Academic Center for General Practice, K.U.Leuven, Belgium.
Palliat Med. 2013 Mar;27(3):197-208. doi: 10.1177/0269216311435268. Epub 2012 Feb 6.
The lack of a clear definition of the palliative care patient hampers the comparison of results across different studies and impedes implementation of research findings in everyday practice.
The aim of this article is to propose minimum characteristics that define a palliative care patient.
The design involved a systematic review of medical literature searching randomised controlled trials (RCTs) in palliative care for clear descriptions of their palliative care patients. We systematically describe relevant characteristics of the study populations of 60 eligible RCTs.
The data sources used were MEDLINE, EMBASE, CINAHL, and PSYCHINFO, including all non-cancer RCTs (1 January 1995-4 March 2010) and an equivalent number of the most recent cancer RCTs (1 January 2003-4 March 2010).

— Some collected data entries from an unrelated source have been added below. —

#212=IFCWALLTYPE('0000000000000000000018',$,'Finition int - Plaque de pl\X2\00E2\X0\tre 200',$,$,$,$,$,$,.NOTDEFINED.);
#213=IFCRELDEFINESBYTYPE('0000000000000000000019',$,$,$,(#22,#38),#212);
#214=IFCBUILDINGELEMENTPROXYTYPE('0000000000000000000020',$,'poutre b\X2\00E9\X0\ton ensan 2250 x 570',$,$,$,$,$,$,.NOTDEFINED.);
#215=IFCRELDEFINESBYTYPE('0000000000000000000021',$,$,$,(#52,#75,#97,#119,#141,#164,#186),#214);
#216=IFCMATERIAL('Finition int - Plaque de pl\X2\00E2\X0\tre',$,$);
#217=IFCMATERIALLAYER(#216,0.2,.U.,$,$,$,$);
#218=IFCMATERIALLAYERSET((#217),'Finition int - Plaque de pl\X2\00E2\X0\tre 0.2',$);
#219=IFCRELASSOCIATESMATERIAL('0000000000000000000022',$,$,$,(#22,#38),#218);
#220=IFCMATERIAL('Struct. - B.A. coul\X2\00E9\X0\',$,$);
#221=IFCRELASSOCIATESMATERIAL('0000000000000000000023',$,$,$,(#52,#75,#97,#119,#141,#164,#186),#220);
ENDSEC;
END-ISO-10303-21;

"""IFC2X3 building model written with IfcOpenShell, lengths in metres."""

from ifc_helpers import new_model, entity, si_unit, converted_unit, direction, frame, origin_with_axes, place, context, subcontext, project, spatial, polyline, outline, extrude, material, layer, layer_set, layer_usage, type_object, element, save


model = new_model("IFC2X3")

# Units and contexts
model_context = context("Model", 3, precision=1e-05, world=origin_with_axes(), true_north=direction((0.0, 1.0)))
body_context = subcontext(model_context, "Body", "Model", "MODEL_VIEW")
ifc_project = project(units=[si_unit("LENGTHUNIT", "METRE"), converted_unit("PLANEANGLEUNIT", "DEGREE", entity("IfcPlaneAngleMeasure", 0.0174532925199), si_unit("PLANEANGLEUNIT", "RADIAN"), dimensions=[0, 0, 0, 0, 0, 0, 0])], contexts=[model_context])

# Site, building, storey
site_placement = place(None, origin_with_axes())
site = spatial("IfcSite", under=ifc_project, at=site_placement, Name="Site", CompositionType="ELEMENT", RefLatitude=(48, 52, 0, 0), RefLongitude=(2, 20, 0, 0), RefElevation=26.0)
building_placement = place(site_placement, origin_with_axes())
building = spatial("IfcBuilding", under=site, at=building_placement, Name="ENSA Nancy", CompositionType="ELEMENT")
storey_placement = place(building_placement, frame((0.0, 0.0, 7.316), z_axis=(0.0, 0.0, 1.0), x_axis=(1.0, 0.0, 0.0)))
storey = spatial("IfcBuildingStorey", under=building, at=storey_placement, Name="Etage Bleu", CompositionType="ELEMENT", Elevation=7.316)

Half of the non-cancer studies were excluded because they did not relate to palliative care. We conclude that published RCTs have no clear definitions of their palliative care patients and illustrate the diversity of this patient, the lack of consensus concerning the attributes of illnesses needing palliation and the ambiguous use of the adjective 'palliative'.

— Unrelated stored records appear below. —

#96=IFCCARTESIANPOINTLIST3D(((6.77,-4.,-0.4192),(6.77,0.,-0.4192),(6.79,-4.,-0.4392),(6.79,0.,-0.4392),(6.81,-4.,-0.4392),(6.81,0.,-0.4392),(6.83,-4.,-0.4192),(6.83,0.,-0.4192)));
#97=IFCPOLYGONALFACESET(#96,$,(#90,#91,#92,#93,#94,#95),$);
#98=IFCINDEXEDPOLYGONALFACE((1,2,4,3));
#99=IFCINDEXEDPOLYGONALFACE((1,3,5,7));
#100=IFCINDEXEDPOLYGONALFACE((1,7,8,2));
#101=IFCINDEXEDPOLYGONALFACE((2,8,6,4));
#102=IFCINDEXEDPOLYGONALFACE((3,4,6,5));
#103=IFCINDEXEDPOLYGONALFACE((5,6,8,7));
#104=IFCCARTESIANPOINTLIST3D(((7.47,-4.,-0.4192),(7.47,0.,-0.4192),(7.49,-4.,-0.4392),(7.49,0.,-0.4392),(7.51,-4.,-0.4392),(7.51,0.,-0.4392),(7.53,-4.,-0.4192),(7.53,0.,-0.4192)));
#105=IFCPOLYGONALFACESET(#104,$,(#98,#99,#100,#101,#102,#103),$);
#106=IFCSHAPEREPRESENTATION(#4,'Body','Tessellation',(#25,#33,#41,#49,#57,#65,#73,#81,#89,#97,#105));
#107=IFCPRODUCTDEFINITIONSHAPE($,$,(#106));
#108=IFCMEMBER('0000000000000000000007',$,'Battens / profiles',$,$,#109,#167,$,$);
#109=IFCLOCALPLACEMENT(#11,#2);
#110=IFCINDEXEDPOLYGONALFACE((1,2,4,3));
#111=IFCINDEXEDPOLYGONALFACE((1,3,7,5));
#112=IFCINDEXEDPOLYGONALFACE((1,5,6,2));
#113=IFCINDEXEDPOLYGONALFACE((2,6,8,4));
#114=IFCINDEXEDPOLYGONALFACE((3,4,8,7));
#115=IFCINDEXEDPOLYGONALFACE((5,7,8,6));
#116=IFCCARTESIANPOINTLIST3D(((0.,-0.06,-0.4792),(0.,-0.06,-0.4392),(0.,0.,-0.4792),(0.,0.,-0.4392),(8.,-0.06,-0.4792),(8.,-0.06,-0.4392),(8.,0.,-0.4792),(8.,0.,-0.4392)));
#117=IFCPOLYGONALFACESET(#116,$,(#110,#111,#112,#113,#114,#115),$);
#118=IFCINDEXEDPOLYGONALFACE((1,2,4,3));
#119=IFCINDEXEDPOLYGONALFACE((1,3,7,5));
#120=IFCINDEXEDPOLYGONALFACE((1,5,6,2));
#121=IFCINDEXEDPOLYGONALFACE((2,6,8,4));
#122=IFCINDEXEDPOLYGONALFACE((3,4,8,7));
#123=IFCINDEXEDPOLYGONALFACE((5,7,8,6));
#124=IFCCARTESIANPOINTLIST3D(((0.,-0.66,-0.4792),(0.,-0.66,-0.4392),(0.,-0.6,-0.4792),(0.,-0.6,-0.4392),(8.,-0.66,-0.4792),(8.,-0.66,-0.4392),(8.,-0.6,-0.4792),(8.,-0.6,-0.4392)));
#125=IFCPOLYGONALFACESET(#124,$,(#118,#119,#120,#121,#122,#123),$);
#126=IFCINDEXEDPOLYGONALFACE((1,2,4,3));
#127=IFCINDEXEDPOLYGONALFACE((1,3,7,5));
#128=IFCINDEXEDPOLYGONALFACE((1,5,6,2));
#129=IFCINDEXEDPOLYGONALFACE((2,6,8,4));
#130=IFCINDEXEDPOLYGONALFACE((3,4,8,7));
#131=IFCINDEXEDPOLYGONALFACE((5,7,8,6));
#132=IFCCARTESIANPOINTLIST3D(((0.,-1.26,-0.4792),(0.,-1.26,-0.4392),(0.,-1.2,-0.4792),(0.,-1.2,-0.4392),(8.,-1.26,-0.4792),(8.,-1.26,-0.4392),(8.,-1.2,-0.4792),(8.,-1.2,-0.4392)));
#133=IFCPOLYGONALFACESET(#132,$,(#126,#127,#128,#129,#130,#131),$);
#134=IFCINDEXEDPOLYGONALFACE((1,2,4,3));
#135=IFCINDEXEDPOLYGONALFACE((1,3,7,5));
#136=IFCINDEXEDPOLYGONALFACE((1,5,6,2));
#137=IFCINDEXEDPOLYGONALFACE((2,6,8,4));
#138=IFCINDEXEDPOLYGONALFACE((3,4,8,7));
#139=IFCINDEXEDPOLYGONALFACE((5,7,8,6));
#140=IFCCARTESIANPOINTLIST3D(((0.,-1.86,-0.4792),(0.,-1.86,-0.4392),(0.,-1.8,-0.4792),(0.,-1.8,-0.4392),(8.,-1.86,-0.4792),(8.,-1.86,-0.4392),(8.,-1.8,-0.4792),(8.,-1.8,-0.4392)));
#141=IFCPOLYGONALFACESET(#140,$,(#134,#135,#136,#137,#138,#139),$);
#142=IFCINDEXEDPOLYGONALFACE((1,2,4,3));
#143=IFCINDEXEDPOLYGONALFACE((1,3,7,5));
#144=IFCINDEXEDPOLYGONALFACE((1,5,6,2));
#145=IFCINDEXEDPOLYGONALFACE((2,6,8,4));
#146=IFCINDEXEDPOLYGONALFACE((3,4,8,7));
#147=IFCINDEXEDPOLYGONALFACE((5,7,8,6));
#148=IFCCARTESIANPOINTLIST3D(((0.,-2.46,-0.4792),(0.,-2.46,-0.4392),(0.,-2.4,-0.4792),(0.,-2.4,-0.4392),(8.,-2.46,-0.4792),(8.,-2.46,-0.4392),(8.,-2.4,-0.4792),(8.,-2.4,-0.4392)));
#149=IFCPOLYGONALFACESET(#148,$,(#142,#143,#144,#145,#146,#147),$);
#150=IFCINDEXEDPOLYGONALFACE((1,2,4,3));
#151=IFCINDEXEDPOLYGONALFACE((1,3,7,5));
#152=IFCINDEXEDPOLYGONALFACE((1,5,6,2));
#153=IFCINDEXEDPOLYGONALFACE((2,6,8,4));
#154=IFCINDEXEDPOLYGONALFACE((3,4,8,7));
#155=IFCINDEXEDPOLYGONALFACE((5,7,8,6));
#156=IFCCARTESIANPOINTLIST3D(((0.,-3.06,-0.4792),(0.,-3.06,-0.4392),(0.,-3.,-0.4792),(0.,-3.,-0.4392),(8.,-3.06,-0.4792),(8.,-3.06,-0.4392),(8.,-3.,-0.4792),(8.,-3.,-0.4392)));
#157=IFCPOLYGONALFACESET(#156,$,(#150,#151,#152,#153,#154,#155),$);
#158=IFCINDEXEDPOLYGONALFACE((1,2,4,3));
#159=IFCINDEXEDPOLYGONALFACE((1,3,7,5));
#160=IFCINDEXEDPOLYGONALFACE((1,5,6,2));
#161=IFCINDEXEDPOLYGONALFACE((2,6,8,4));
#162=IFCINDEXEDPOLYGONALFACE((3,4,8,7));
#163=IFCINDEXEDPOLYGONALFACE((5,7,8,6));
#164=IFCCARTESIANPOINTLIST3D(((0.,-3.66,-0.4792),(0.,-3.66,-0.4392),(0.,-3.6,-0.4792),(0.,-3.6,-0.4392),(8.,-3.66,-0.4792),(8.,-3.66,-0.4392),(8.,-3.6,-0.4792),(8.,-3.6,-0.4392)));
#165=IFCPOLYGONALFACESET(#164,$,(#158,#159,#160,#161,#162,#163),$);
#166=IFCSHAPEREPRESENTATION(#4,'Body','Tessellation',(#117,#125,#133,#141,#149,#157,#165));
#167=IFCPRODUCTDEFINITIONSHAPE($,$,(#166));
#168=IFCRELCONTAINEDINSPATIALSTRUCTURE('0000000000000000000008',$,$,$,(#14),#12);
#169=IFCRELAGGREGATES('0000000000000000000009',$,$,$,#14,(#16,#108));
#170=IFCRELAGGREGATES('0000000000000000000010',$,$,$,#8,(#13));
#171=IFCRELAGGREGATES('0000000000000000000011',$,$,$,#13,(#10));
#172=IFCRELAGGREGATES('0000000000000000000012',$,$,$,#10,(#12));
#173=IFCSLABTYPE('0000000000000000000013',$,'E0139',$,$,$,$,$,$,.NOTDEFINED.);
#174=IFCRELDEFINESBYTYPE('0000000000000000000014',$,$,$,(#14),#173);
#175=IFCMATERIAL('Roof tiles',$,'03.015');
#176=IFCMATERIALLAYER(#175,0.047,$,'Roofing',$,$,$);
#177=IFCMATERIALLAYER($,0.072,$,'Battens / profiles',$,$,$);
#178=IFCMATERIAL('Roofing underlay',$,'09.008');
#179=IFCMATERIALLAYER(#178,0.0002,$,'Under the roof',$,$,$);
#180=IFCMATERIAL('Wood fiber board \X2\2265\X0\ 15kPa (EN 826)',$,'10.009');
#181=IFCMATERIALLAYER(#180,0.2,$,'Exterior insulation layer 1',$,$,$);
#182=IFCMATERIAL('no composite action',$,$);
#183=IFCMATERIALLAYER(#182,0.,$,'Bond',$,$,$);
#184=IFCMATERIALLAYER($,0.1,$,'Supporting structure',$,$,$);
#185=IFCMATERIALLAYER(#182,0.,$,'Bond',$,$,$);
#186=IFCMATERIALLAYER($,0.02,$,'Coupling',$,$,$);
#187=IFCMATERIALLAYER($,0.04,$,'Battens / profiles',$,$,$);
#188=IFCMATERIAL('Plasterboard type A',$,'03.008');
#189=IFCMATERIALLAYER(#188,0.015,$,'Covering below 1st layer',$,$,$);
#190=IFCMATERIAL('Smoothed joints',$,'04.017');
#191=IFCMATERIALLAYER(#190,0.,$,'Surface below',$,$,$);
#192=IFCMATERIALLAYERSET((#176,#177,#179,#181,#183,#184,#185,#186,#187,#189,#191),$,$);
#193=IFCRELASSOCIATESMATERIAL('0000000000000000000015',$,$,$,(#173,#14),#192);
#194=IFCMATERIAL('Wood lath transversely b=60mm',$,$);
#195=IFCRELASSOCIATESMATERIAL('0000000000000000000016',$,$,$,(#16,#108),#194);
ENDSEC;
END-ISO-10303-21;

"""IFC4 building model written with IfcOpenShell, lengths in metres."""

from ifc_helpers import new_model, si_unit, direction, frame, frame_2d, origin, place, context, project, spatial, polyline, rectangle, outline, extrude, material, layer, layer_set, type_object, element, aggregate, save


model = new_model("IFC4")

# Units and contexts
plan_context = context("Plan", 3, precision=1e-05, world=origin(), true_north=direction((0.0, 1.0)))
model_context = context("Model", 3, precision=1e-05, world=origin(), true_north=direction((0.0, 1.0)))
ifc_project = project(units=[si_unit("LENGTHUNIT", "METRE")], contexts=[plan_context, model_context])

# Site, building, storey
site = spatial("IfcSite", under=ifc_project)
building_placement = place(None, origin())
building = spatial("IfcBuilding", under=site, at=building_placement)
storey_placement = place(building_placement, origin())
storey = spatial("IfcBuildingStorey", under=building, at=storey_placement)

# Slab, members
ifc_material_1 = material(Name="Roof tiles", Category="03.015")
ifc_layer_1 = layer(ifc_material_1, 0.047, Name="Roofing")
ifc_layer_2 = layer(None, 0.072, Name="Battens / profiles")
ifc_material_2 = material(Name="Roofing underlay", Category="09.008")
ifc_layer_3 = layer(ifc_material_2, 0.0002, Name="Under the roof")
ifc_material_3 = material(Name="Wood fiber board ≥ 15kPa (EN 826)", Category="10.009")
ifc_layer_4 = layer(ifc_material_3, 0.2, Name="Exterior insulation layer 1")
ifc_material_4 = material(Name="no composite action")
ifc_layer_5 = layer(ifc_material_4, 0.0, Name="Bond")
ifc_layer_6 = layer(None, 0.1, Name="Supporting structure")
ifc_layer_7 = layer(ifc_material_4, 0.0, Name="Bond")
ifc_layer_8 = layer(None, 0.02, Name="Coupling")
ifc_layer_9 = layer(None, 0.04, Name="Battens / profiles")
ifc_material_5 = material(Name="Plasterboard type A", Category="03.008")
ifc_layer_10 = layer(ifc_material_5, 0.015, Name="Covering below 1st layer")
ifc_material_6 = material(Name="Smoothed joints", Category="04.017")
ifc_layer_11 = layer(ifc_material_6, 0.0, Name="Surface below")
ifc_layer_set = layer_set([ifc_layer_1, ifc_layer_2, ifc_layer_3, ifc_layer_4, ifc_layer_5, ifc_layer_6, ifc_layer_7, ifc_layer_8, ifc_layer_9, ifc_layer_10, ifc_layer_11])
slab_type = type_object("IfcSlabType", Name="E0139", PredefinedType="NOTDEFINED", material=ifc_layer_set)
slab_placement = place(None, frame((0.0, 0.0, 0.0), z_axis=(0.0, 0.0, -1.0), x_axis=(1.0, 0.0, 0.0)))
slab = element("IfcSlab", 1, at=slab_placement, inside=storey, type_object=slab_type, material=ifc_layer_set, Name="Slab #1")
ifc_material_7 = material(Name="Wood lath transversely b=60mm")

We propose elements of the patients' health status (e.g. a progressive, life-threatening disease with no possibility of obtaining remission or stabilisation, or modifying the course of the illness) and the care delivered to them (e.g. a holistic interdisciplinary approach that focuses on supporting the quality of the end of life) to be included in the definition of a palliative care patient. We also suggest considering the patients' readiness to accept palliative care and a vision of palliative care shared by the patient and all caregivers involved as potentially important elements in this definition.
缺乏对姑息治疗患者的明确定义,阻碍了不同研究结果的比较,并妨碍了研究结果在日常实践中的实施。
本文旨在提出定义姑息治疗患者的最低特征。
本研究采用系统综述方法,检索姑息治疗中的随机对照试验(RCT),以明确描述其姑息治疗患者。我们系统地描述了 60 项符合条件的 RCT 研究人群的相关特征。
使用的资料来源包括 MEDLINE、EMBASE、CINAHL 和 PSYCHINFO,包括所有非癌症 RCT(1995 年 1 月 1 日至 2010 年 3 月 4 日)和最近的癌症 RCT(2003 年 1 月 1 日至 2010 年 3 月 4 日)的同等数量。
一半的非癌症研究被排除在外,因为它们与姑息治疗无关。我们得出的结论是,已发表的 RCT 对其姑息治疗患者没有明确的定义,并说明了这类患者的多样性,对需要姑息治疗的疾病的属性缺乏共识,以及形容词“姑息”的使用含糊不清。
我们提出了患者健康状况的要素(例如,一种进行性、危及生命的疾病,没有缓解或稳定的可能性,或改变疾病的进程)和对他们提供的护理(例如,一种整体的多学科方法,侧重于支持生命末期的质量)应包括在姑息治疗患者的定义中。我们还建议考虑患者接受姑息治疗的准备情况,以及患者和所有相关护理人员对姑息治疗的共同看法,作为该定义中的潜在重要要素。